WHAT THE EXERCISE ASKS: Return, from the data that follows, each line that holds the word "Poteau".

Collected data entries:

↓

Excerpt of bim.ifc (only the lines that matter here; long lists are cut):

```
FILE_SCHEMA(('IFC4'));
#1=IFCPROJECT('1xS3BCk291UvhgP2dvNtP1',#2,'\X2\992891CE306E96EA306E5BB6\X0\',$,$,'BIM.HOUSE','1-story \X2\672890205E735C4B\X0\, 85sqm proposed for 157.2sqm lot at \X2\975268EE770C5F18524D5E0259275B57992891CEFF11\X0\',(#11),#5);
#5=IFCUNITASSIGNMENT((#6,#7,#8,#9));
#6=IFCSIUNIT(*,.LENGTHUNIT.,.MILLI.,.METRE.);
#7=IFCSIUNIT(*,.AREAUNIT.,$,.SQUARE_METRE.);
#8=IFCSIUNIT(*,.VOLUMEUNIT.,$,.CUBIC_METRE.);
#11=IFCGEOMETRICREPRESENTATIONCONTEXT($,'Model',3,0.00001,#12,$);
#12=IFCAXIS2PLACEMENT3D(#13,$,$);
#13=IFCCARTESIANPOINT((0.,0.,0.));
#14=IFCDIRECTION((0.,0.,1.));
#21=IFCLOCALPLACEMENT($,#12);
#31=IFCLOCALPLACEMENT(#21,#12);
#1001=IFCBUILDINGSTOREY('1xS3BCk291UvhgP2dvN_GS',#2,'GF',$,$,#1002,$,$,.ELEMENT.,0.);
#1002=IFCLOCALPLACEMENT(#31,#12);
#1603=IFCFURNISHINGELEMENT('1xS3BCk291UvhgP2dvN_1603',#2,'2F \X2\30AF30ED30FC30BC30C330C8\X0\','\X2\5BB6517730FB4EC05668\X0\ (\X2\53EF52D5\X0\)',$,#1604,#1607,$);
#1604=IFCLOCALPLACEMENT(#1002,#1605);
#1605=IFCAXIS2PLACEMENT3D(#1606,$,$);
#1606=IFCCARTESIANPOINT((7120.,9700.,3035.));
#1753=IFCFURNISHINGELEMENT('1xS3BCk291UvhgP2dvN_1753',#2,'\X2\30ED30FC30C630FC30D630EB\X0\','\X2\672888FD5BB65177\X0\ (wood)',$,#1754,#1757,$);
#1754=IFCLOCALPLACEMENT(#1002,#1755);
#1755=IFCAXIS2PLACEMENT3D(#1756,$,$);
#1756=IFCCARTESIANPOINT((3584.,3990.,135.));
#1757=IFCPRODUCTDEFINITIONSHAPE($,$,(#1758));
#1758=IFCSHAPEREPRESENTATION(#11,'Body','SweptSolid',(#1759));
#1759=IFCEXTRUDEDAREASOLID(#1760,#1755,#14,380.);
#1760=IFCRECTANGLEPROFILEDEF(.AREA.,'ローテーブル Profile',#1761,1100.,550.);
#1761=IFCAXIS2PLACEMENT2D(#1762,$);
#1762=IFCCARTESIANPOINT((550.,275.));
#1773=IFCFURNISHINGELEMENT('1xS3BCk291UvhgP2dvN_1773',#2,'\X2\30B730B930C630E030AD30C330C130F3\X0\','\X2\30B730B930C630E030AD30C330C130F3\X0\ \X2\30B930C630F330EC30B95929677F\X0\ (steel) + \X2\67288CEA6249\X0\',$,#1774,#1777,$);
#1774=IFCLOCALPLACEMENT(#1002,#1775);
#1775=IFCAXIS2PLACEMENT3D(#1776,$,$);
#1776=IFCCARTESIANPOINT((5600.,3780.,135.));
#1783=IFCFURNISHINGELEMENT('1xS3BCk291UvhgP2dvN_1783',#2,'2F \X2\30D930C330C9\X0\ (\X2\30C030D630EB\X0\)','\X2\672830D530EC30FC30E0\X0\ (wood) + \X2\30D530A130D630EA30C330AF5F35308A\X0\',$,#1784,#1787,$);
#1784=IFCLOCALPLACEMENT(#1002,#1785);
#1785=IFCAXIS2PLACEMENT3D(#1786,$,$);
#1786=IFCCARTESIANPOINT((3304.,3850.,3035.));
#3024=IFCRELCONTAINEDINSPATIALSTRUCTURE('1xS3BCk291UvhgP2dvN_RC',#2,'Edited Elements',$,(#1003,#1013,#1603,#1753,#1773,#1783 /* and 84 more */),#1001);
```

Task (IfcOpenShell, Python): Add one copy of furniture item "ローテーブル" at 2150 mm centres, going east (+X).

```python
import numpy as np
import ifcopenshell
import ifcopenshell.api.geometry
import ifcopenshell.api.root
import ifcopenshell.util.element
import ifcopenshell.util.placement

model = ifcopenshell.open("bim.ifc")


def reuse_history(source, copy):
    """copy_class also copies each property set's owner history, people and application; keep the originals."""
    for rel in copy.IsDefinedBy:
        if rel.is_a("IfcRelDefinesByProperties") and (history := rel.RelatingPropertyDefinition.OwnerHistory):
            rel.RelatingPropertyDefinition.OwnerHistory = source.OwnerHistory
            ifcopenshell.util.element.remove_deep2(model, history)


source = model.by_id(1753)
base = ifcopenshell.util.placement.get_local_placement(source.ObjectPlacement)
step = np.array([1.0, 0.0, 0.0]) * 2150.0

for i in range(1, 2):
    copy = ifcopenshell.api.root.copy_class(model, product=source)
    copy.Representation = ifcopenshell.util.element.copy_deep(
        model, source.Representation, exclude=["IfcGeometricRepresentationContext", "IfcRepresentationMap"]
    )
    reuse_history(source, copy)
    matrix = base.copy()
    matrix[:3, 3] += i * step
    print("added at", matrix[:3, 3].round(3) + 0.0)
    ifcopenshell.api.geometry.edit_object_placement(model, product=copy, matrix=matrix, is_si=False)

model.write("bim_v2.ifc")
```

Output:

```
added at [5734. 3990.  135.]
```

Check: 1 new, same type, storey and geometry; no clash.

↑
↓

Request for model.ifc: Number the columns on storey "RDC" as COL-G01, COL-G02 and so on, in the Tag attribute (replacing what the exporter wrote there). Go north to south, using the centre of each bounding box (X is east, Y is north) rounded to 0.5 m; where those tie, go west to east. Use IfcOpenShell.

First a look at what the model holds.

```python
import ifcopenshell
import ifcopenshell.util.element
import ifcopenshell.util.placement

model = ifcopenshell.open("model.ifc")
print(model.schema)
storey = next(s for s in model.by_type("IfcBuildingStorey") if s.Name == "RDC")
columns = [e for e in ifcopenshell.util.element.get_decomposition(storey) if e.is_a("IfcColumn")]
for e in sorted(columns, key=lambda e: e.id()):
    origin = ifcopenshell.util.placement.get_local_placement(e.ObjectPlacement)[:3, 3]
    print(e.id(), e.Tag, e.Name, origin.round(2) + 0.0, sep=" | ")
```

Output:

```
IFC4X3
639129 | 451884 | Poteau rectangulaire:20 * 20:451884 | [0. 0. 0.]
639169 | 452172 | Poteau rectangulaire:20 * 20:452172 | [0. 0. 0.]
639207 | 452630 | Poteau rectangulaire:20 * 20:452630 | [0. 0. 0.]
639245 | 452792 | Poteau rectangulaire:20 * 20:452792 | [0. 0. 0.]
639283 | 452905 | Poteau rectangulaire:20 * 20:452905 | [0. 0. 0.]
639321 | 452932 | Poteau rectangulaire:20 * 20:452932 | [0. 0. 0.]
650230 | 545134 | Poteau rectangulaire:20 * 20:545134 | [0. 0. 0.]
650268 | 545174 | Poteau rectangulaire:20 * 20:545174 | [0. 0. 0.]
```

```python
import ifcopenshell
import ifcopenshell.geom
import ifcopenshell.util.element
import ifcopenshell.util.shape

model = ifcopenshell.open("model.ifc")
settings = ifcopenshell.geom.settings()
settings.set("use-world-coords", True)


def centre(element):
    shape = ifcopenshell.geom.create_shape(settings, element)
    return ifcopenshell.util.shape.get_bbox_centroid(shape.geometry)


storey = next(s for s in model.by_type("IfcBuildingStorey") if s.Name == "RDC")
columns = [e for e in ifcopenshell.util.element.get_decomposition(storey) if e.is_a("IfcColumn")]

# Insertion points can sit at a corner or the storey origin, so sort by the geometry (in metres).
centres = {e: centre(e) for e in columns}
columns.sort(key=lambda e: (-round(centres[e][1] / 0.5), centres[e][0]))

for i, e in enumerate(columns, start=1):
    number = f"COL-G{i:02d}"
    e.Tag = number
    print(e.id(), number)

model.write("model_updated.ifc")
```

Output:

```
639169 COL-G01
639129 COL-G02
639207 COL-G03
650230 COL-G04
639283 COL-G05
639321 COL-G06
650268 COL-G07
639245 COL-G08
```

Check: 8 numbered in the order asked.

↑

THE COMPLETED TASK:
639129 | 451884 | Poteau rectangulaire:20 * 20:451884 | [0. 0. 0.]
639169 | 452172 | Poteau rectangulaire:20 * 20:452172 | [0. 0. 0.]
639207 | 452630 | Poteau rectangulaire:20 * 20:452630 | [0. 0. 0.]
639245 | 452792 | Poteau rectangulaire:20 * 20:452792 | [0. 0. 0.]
639283 | 452905 | Poteau rectangulaire:20 * 20:452905 | [0. 0. 0.]
639321 | 452932 | Poteau rectangulaire:20 * 20:452932 | [0. 0. 0.]
650230 | 545134 | Poteau rectangulaire:20 * 20:545134 | [0. 0. 0.]
650268 | 545174 | Poteau rectangulaire:20 * 20:545174 | [0. 0. 0.]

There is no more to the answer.